I learned the chinese pinyin, the korean AND japanese alphabets for free over there, as well as the Russian alphabet before trying to study those languages here on Lingq.

I decided to make Spanish the first language I learn. There were two main reasons I chose it. One it’s spoken a lot in the United States. Second, I like the language.

“…He doesn’t speak French he speaks Québécois which is like some caveman version where people sound like they’ve got speech impediments. They say it’s French because it’s written the same…”

I’ve never been to French-speaking Canada (unfortunately) but I’d be very surprised if there is any more difference in pronunciation between Canadian French and Continental French than there is between US English and British English. I also suspect that there are (in each case) significant differences both between different regions and between speech in a formal context (school, university, law court, etc) and “street language”.

It wouldn’t surprise me at all if the way people speak down by the docks in Marseille isn’t markedly different from the diction of some metrosexual leftwing economist from the Sorbonne…

(Not that I have anything against the diction of mincing metrosexuals. Each to his own.)

Yes, youtube is great.

I like the fact that you can choose the language to learn and the teacher to teach you.

I’m learning some words in Russian with

i choosed the languages i learn because of the places where they are spoken for some reason countries that speak french as a first or second language have impressed me more than spanish ones i can’t believe unesco has french as one of the top ten difficult languages

So, have you settled on a language yet? It’s not Malay is it?

@Prinz

Please refrain from making so much sense on this forum. Didn’t you read God Emperor Droopie Cock saying that it wasn’t so?

BTW, The Marseille accent is probably my favorite. It’s perfect.

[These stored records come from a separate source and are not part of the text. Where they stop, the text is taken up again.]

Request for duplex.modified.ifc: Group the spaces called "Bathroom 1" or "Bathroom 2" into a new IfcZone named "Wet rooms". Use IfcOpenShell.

First a look at what the model holds.

```python
import ifcopenshell

model = ifcopenshell.open("duplex.modified.ifc")
print(model.schema)
seen = {}
for space in model.by_type("IfcSpace"):
    seen[space.LongName] = seen.get(space.LongName, 0) + 1
for name, count in sorted(seen.items(), key=str):
    print(count, "x", name)
print("zones:", [z.Name for z in model.by_type("IfcZone")][:20])
```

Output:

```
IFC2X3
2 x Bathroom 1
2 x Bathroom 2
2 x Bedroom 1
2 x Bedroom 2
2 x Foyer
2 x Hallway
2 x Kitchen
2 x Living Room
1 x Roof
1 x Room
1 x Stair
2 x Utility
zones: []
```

```python
import ifcopenshell
import ifcopenshell.api.group
import ifcopenshell.api.root

model = ifcopenshell.open("duplex.modified.ifc")

names = {"Bathroom 1", "Bathroom 2"}
spaces = [s for s in model.by_type("IfcSpace") if s.LongName in names]

zone = ifcopenshell.api.root.create_entity(model, ifc_class="IfcZone", name="Wet rooms")
ifcopenshell.api.group.assign_group(model, products=spaces, group=zone)
print(len(spaces), "spaces in", zone.Name)

model.write("duplex.modified_rev.ifc")
```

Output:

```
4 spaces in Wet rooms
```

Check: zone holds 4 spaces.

The key thing to understand about our verbal viagra popper is that he is a “troll” in the very pure sense of one who posts with the aim of trying to provoke some kind of emotional reaction.

When one has grasped this fact, such people even become interesting in a trivial kind of way - perhaps rather like watching a stray dog doing a pile of poop right on someone’s front doorstep…

:stuck_out_tongue:

In my experience this is completely true. I’ve studied Russian and Chinese and Russian feels much more familiar to me as a native English speaker. But they both take a long time to learn.

Agreed, and I hope that it stays funny for a while because the next step is to become worried about the future of the human race.

My answer to your question here Which language should we learn first – The French Instinct – French with authenticity

I’m Brett. I’m Vietnamese. I want to find friend to pracitce English the spare time. Besides I like to exchange culture another country. I can learn vietnamese. Myskype: thuymarketing09. Thanks

I recommend Finnish. It is one of the hardest languages to learn, it’s a small country thats not particularly exciting to visit (it’s one of the only countries where Syrian refuges ended up leaving because it was so depressing), and almost everyone living there is fluent in english.

But it’s also one of the wackiest languages, it sounds cool to me so it sounds like fun,

More like they left because the benefits aren’t that generous. Same reason the poor ‘migrants’ at Calais were so desperate to get into Britain.